[Stored data]
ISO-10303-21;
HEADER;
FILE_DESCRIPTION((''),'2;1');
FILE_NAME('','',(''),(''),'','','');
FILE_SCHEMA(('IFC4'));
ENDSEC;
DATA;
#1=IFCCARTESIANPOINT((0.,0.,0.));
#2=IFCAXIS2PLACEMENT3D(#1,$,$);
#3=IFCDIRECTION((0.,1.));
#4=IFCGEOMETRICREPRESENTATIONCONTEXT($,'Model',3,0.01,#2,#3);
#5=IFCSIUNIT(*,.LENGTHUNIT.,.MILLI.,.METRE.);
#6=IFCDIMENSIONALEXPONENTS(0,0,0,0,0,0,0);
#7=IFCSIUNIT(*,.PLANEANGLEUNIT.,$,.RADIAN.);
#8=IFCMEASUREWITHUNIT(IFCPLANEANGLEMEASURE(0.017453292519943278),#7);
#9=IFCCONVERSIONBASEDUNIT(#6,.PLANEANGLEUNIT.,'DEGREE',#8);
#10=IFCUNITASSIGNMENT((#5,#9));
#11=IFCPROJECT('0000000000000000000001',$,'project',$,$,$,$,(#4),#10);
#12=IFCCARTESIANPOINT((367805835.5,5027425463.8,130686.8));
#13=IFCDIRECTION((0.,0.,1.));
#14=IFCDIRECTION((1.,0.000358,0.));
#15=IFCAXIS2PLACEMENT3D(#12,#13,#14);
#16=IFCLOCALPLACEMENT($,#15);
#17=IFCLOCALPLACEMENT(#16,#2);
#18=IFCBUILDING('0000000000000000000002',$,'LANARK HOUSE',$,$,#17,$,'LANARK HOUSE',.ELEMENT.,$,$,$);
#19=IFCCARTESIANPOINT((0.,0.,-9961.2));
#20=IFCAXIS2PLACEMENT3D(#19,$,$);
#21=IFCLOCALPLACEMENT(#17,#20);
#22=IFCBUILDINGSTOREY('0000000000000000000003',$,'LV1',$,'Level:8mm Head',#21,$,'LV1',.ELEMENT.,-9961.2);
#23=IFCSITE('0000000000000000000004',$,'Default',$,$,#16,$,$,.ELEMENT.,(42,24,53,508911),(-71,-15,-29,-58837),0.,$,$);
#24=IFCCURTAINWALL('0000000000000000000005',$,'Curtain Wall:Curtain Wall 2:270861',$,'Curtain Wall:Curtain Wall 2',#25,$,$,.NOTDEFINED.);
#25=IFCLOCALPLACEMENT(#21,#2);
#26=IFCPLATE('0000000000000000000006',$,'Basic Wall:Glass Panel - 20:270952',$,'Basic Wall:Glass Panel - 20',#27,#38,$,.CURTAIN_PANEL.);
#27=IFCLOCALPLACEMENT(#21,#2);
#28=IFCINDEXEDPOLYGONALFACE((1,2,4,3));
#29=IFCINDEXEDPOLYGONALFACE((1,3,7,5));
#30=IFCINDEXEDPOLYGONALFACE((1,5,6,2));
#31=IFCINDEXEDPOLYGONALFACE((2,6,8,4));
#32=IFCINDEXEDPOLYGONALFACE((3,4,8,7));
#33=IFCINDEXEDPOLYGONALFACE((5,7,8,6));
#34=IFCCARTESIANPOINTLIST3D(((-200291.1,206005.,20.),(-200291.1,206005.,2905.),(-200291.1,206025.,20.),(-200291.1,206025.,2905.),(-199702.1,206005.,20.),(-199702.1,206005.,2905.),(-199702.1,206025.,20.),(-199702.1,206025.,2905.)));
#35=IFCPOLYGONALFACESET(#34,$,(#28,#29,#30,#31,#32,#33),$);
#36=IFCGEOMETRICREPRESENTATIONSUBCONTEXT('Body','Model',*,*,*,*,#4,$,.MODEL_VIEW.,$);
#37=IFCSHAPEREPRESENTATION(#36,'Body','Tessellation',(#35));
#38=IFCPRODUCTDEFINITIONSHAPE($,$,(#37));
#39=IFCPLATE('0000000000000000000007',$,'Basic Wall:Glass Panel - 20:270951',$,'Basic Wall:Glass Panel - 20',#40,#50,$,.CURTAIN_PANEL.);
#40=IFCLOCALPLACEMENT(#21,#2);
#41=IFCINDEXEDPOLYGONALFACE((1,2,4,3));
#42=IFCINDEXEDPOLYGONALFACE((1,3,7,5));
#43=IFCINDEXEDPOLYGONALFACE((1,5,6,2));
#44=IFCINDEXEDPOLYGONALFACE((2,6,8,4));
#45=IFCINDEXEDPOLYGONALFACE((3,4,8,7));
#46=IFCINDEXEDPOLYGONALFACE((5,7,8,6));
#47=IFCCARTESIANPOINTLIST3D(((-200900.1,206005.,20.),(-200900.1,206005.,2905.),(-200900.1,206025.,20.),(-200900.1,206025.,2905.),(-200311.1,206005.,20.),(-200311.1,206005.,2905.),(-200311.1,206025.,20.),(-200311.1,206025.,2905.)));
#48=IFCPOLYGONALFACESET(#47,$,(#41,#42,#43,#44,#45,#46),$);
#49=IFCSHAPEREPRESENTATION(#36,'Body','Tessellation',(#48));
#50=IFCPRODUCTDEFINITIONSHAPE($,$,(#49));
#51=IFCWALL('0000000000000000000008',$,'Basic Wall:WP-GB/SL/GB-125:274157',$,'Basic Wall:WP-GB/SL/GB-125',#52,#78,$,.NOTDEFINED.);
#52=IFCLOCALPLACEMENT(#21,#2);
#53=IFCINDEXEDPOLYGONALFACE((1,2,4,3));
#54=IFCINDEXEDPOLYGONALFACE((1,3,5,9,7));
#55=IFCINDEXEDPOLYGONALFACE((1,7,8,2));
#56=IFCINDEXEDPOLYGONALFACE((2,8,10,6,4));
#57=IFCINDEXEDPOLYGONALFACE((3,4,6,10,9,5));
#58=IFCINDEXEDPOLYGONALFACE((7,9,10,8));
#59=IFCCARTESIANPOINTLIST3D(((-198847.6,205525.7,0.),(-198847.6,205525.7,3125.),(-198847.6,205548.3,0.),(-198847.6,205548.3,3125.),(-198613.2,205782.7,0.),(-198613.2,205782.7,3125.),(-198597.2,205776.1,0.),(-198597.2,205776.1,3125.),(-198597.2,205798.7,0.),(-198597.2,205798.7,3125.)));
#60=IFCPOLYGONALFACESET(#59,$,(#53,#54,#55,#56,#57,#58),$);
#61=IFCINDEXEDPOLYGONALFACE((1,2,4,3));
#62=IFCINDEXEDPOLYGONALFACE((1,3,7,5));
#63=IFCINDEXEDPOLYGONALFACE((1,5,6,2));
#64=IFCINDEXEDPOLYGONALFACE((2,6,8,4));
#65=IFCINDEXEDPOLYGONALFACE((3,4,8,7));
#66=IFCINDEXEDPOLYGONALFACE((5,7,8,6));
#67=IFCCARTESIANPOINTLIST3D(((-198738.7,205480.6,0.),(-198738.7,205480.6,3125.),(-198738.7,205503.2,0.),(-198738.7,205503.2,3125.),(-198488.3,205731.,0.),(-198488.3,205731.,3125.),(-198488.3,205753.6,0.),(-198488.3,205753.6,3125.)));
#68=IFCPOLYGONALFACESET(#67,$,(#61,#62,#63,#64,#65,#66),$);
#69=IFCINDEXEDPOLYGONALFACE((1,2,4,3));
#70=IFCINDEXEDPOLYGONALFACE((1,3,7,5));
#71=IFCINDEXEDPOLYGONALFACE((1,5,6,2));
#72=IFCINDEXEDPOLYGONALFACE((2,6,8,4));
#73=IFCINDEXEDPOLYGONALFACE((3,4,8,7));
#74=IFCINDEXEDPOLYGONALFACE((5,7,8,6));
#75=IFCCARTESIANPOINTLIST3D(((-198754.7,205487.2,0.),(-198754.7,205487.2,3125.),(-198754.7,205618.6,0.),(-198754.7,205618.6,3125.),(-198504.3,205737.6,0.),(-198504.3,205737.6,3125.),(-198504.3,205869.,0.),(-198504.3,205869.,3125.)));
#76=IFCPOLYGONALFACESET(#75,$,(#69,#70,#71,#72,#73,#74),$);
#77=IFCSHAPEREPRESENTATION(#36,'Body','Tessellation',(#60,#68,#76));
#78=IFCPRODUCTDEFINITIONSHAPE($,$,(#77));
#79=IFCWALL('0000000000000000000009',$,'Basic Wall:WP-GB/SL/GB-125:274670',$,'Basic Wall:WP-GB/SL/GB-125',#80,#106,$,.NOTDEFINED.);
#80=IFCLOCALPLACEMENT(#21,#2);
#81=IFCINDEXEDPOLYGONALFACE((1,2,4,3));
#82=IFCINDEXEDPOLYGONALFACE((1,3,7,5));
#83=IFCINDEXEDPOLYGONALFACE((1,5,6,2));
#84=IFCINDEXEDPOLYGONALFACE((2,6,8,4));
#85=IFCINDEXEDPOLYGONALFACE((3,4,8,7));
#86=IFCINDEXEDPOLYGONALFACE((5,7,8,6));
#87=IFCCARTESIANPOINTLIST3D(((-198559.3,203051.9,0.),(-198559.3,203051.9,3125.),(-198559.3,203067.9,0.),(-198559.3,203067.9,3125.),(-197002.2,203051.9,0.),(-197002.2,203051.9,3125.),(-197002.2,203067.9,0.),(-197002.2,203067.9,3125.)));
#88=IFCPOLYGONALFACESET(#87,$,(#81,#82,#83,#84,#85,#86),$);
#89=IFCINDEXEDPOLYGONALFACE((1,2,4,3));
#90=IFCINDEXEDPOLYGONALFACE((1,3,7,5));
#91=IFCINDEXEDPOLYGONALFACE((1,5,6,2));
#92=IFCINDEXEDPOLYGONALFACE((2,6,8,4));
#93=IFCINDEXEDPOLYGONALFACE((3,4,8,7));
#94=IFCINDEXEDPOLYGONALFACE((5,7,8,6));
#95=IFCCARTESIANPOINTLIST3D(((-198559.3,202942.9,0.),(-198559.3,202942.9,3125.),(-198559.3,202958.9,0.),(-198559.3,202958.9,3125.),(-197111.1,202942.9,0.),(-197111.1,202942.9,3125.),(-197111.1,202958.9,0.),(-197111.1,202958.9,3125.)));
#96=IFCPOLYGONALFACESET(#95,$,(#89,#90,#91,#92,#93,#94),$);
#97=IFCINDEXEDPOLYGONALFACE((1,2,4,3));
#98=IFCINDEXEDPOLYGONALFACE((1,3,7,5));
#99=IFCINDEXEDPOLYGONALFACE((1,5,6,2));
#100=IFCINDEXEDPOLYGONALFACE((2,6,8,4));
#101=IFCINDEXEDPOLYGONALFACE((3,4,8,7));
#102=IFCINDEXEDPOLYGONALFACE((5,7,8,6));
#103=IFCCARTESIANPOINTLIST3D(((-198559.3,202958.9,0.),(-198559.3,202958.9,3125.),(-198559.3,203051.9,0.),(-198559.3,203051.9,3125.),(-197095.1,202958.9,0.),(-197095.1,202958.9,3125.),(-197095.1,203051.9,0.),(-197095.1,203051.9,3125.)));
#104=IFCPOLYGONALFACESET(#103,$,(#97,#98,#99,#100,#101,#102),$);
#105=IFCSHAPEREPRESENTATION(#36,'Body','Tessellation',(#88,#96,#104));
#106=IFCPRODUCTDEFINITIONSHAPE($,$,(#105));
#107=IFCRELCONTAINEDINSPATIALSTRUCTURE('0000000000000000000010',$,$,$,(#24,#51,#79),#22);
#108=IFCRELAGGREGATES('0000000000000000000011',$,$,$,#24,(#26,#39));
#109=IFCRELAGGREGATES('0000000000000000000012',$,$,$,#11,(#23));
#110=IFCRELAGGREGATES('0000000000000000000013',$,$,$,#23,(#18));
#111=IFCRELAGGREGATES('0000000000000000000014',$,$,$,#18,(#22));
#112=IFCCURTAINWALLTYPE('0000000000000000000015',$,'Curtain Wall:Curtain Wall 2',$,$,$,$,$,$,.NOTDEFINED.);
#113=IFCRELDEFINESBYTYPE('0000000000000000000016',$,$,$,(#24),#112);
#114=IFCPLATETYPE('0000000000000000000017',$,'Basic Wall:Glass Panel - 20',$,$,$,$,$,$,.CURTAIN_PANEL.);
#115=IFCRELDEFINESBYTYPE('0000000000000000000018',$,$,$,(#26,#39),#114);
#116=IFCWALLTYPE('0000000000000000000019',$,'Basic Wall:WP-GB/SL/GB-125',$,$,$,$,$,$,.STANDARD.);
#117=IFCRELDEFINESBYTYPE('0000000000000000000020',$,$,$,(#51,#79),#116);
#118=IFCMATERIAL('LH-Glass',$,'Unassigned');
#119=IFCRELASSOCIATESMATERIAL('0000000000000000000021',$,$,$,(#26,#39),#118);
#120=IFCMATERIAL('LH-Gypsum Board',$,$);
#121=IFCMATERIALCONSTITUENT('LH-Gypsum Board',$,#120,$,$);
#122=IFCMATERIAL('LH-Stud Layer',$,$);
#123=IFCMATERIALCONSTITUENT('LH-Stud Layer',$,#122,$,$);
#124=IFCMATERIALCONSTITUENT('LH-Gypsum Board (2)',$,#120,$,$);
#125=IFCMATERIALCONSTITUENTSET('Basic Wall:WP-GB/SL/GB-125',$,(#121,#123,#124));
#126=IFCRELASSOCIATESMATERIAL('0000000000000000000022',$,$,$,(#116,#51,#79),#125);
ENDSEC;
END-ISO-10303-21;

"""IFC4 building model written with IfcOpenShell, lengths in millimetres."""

from ifc_helpers import new_model, entity, si_unit, converted_unit, direction, frame, origin, place, context, subcontext, project, spatial, indexed_curve, outline, extrude, material, constituent, constituent_set, type_object, element, aggregate, save


model = new_model("IFC4")

# Units and contexts
model_context = context("Model", 3, precision=0.01, world=origin(), true_north=direction((0.0, 1.0)))
body_context = subcontext(model_context, "Body", "Model", "MODEL_VIEW")
ifc_project = project(units=[si_unit("LENGTHUNIT", "METRE", prefix="MILLI"), converted_unit("PLANEANGLEUNIT", "DEGREE", entity("IfcPlaneAngleMeasure", 0.017453292519943278), si_unit("PLANEANGLEUNIT", "RADIAN"), dimensions=[0, 0, 0, 0, 0, 0, 0])], contexts=[model_context])

# Site, building, storey
site_placement = place(None, frame((367805835.5, 5027425463.8, 130686.8), z_axis=(0.0, 0.0, 1.0), x_axis=(1.0, 0.000358, 0.0)))
site = spatial("IfcSite", under=ifc_project, at=site_placement, Name="Default", CompositionType="ELEMENT", RefLatitude=(42, 24, 53, 508911), RefLongitude=(-71, -15, -29, -58837), RefElevation=0.0)
building_placement = place(site_placement, origin())
building = spatial("IfcBuilding", under=site, at=building_placement, Name="LANARK HOUSE", LongName="LANARK HOUSE", CompositionType="ELEMENT")
storey_placement = place(building_placement, frame((0.0, 0.0, -9961.2)))
storey = spatial("IfcBuildingStorey", under=building, at=storey_placement, Name="LV1", ObjectType="Level:8mm Head", LongName="LV1", CompositionType="ELEMENT", Elevation=-9961.2)

# Curtain wall, plates
curtain_wall_type = type_object("IfcCurtainWallType", Name="Curtain Wall:Curtain Wall 2", PredefinedType="NOTDEFINED")
curtain_wall_placement = place(storey_placement, frame((0.0, 0.0, 9961.2)))
curtain_wall = element("IfcCurtainWall", 1, at=curtain_wall_placement, inside=storey, type_object=curtain_wall_type, Name="Curtain Wall:Curtain Wall 2:270861", ObjectType="Curtain Wall:Curtain Wall 2", PredefinedType="NOTDEFINED")
ifc_material_1 = material(Name="LH-Glass", Category="Unassigned")
plate_type = type_object("IfcPlateType", Name="Basic Wall:Glass Panel - 20", PredefinedType="CURTAIN_PANEL")
plate_1_placement = place(storey_placement, frame((-199702.1, 206015.0, 20.0), z_axis=(0.0, 0.0, 1.0), x_axis=(-1.0, 0.0, 0.0)))
plate_1 = element("IfcPlate", 2, at=plate_1_placement, type_object=plate_type, material=ifc_material_1, Name="Basic Wall:Glass Panel - 20:270952", ObjectType="Basic Wall:Glass Panel - 20", PredefinedType="CURTAIN_PANEL", context=body_context, shape_type="SweptSolid", body=[
    extrude(outline(indexed_curve([(-10.0, -294.5), (10.0, -294.5), (10.0, 294.5), (-10.0, 294.5), (-10.0, -294.5)], self_intersect=False)), frame((294.5, 0.0, 0.0), z_axis=(0.0, 0.0, 1.0), x_axis=(0.0, 1.0, 0.0)), (0.0, 0.0, 1.0), 2885.0),
])
plate_2_placement = place(storey_placement, frame((-200311.1, 206015.0, 20.0), z_axis=(0.0, 0.0, 1.0), x_axis=(-1.0, 0.0, 0.0)))
plate_2 = element("IfcPlate", 3, at=plate_2_placement, type_object=plate_type, material=ifc_material_1, Name="Basic Wall:Glass Panel - 20:270951", ObjectType="Basic Wall:Glass Panel - 20", PredefinedType="CURTAIN_PANEL", context=body_context, shape_type="SweptSolid", body=[
    extrude(outline(indexed_curve([(-10.0, -294.5), (10.0, -294.5), (10.0, 294.5), (-10.0, 294.5), (-10.0, -294.5)], self_intersect=False)), frame((294.5, 0.0, 0.0), z_axis=(0.0, 0.0, 1.0), x_axis=(0.0, 1.0, 0.0)), (0.0, 0.0, 1.0), 2885.0),
])
aggregate(curtain_wall, [plate_1, plate_2])

# Shared definitions
ifc_material_2 = material(Name="LH-Gypsum Board")
ifc_material_3 = material(Name="LH-Stud Layer")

YOUR GOAL
Copy range, inclusive: the line holding "#2=IFCAXIS2PLACEMENT3D(#1,$,$);" to the line holding "#33=IFCINDEXEDPOLYGONALFACE((5,7,8,6));". Reproduce exactly those lines of the records above and no others.

EXPECTED OUTPUT
#2=IFCAXIS2PLACEMENT3D(#1,$,$);
#3=IFCDIRECTION((0.,1.));
#4=IFCGEOMETRICREPRESENTATIONCONTEXT($,'Model',3,0.01,#2,#3);
#5=IFCSIUNIT(*,.LENGTHUNIT.,.MILLI.,.METRE.);
#6=IFCDIMENSIONALEXPONENTS(0,0,0,0,0,0,0);
#7=IFCSIUNIT(*,.PLANEANGLEUNIT.,$,.RADIAN.);
#8=IFCMEASUREWITHUNIT(IFCPLANEANGLEMEASURE(0.017453292519943278),#7);
#9=IFCCONVERSIONBASEDUNIT(#6,.PLANEANGLEUNIT.,'DEGREE',#8);
#10=IFCUNITASSIGNMENT((#5,#9));
#11=IFCPROJECT('0000000000000000000001',$,'project',$,$,$,$,(#4),#10);
#12=IFCCARTESIANPOINT((367805835.5,5027425463.8,130686.8));
#13=IFCDIRECTION((0.,0.,1.));
#14=IFCDIRECTION((1.,0.000358,0.));
#15=IFCAXIS2PLACEMENT3D(#12,#13,#14);
#16=IFCLOCALPLACEMENT($,#15);
#17=IFCLOCALPLACEMENT(#16,#2);
#18=IFCBUILDING('0000000000000000000002',$,'LANARK HOUSE',$,$,#17,$,'LANARK HOUSE',.ELEMENT.,$,$,$);
#19=IFCCARTESIANPOINT((0.,0.,-9961.2));
#20=IFCAXIS2PLACEMENT3D(#19,$,$);
#21=IFCLOCALPLACEMENT(#17,#20);
#22=IFCBUILDINGSTOREY('0000000000000000000003',$,'LV1',$,'Level:8mm Head',#21,$,'LV1',.ELEMENT.,-9961.2);
#23=IFCSITE('0000000000000000000004',$,'Default',$,$,#16,$,$,.ELEMENT.,(42,24,53,508911),(-71,-15,-29,-58837),0.,$,$);
#24=IFCCURTAINWALL('0000000000000000000005',$,'Curtain Wall:Curtain Wall 2:270861',$,'Curtain Wall:Curtain Wall 2',#25,$,$,.NOTDEFINED.);
#25=IFCLOCALPLACEMENT(#21,#2);
#26=IFCPLATE('0000000000000000000006',$,'Basic Wall:Glass Panel - 20:270952',$,'Basic Wall:Glass Panel - 20',#27,#38,$,.CURTAIN_PANEL.);
#27=IFCLOCALPLACEMENT(#21,#2);
#28=IFCINDEXEDPOLYGONALFACE((1,2,4,3));
#29=IFCINDEXEDPOLYGONALFACE((1,3,7,5));
#30=IFCINDEXEDPOLYGONALFACE((1,5,6,2));
#31=IFCINDEXEDPOLYGONALFACE((2,6,8,4));
#32=IFCINDEXEDPOLYGONALFACE((3,4,8,7));
#33=IFCINDEXEDPOLYGONALFACE((5,7,8,6));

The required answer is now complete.